Stored items:

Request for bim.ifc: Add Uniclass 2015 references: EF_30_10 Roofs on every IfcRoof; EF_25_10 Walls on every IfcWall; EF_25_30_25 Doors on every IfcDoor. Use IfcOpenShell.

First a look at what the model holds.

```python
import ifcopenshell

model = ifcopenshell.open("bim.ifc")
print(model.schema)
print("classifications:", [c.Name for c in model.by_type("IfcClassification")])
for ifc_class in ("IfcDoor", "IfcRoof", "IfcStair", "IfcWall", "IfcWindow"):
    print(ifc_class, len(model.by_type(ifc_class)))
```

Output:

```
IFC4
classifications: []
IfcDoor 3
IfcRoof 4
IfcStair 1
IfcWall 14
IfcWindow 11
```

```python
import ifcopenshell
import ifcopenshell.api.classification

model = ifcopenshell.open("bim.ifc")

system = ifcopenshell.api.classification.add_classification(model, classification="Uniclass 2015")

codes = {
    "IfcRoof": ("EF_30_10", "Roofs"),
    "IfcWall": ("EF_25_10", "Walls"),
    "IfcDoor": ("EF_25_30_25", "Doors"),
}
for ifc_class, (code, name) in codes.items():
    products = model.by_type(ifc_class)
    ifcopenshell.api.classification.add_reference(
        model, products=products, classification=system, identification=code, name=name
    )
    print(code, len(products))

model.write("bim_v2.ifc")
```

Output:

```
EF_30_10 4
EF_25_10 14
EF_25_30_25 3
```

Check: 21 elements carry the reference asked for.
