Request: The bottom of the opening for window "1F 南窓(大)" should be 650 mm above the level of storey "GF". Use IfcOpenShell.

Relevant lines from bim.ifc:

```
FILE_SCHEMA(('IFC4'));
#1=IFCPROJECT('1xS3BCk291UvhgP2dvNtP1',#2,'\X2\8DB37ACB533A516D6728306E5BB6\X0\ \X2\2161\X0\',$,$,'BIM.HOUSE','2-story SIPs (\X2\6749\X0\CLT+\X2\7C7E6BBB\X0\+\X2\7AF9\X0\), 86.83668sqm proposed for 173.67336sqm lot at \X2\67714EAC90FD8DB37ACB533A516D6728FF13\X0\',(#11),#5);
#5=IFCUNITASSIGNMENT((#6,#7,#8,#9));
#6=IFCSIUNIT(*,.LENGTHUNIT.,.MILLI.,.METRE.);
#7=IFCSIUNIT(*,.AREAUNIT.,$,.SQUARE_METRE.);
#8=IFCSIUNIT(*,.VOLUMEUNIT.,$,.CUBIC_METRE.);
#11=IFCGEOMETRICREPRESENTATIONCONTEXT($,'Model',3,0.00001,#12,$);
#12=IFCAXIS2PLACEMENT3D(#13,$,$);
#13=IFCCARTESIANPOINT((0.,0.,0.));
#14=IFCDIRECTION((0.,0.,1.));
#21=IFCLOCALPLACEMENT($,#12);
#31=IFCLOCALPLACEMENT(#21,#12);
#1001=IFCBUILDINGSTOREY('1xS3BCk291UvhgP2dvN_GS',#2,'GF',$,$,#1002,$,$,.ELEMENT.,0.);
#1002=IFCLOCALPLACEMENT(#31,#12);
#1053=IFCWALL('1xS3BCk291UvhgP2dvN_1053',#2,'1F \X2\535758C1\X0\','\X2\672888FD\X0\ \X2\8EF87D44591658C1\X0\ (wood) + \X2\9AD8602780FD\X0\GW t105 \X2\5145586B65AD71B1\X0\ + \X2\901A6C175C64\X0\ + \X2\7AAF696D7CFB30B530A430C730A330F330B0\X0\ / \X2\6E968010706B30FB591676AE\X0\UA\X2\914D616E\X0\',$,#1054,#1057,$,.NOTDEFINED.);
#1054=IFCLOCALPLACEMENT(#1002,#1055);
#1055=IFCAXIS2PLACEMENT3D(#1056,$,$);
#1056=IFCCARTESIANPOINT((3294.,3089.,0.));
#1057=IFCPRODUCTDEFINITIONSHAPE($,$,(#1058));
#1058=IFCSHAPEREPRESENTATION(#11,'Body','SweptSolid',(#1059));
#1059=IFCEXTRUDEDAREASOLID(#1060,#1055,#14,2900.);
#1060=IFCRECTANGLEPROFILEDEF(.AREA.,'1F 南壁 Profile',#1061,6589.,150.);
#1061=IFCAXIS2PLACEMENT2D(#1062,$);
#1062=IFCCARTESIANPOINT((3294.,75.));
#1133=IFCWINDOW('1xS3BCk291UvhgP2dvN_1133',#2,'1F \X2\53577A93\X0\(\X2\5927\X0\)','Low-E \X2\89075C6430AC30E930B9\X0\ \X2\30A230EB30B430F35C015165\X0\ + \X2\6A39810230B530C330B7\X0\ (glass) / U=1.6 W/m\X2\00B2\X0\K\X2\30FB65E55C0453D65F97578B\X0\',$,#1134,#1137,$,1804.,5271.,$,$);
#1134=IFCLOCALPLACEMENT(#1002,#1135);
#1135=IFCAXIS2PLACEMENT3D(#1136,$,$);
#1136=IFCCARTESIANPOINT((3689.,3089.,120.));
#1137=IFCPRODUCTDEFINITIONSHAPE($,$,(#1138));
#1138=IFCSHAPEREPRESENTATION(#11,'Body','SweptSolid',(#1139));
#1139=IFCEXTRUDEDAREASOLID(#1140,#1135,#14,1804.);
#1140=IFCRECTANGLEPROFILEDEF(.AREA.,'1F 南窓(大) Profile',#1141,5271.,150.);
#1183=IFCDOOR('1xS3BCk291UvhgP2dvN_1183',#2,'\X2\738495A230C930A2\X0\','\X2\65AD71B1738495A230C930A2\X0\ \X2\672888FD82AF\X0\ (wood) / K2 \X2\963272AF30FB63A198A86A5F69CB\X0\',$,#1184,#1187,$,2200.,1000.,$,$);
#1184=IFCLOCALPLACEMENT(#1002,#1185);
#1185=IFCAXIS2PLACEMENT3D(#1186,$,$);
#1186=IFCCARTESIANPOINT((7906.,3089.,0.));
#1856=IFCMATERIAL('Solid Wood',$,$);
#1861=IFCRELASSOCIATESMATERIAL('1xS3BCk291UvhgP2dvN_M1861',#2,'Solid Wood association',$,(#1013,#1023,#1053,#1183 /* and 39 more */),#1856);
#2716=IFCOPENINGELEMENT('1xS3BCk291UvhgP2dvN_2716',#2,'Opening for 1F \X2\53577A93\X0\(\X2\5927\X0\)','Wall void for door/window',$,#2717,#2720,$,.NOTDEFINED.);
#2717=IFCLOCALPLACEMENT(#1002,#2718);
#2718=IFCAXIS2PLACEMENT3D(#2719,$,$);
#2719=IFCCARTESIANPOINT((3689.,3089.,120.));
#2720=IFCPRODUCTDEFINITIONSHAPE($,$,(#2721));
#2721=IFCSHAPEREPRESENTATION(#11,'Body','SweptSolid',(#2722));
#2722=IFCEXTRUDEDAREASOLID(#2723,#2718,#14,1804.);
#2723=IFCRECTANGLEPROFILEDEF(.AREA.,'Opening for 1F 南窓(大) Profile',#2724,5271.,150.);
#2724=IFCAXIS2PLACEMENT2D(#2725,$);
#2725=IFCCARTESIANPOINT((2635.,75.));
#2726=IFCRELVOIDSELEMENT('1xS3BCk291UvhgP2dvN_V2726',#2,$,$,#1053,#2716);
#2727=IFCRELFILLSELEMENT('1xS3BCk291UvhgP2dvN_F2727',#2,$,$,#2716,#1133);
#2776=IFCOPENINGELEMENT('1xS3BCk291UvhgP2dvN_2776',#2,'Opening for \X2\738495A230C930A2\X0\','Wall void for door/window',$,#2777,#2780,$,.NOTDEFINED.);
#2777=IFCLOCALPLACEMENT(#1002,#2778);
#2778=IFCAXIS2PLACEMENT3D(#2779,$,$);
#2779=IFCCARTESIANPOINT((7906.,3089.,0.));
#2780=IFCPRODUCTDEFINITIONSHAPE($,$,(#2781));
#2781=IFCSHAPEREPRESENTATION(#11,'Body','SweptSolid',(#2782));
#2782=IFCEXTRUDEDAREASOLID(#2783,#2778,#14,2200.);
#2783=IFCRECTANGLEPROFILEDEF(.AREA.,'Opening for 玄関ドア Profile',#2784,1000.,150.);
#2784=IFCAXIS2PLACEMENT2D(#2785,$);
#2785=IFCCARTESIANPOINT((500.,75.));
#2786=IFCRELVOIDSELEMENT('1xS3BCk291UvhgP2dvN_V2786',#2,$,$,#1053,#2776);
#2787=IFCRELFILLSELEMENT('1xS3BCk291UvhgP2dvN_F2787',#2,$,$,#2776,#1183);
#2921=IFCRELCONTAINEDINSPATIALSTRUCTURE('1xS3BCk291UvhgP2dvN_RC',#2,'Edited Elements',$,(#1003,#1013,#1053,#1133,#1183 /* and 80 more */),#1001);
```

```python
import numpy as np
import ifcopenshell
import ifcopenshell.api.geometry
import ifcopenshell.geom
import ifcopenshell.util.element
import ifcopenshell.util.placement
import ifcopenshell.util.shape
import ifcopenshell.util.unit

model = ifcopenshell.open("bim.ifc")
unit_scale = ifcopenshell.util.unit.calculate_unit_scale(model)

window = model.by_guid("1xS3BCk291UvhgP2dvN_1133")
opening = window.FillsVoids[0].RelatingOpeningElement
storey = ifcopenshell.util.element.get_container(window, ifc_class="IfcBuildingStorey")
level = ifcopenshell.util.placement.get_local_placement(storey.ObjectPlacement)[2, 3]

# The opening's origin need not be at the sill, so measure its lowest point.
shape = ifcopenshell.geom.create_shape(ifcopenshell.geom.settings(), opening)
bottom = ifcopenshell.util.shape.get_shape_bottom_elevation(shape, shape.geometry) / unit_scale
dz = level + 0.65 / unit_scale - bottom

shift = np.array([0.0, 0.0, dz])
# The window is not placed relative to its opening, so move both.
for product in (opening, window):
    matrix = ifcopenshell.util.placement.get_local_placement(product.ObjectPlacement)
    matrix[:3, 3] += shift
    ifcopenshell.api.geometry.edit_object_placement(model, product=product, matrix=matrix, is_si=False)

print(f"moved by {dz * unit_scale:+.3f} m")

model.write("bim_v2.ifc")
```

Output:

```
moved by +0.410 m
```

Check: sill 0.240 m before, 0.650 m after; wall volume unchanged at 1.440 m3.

Activity: Lines in the data that include the word "SweptSolid" should all be copied.

Task response:
#1058=IFCSHAPEREPRESENTATION(#11,'Body','SweptSolid',(#1059));
#1138=IFCSHAPEREPRESENTATION(#11,'Body','SweptSolid',(#1139));
#2721=IFCSHAPEREPRESENTATION(#11,'Body','SweptSolid',(#2722));
#2781=IFCSHAPEREPRESENTATION(#11,'Body','SweptSolid',(#2782));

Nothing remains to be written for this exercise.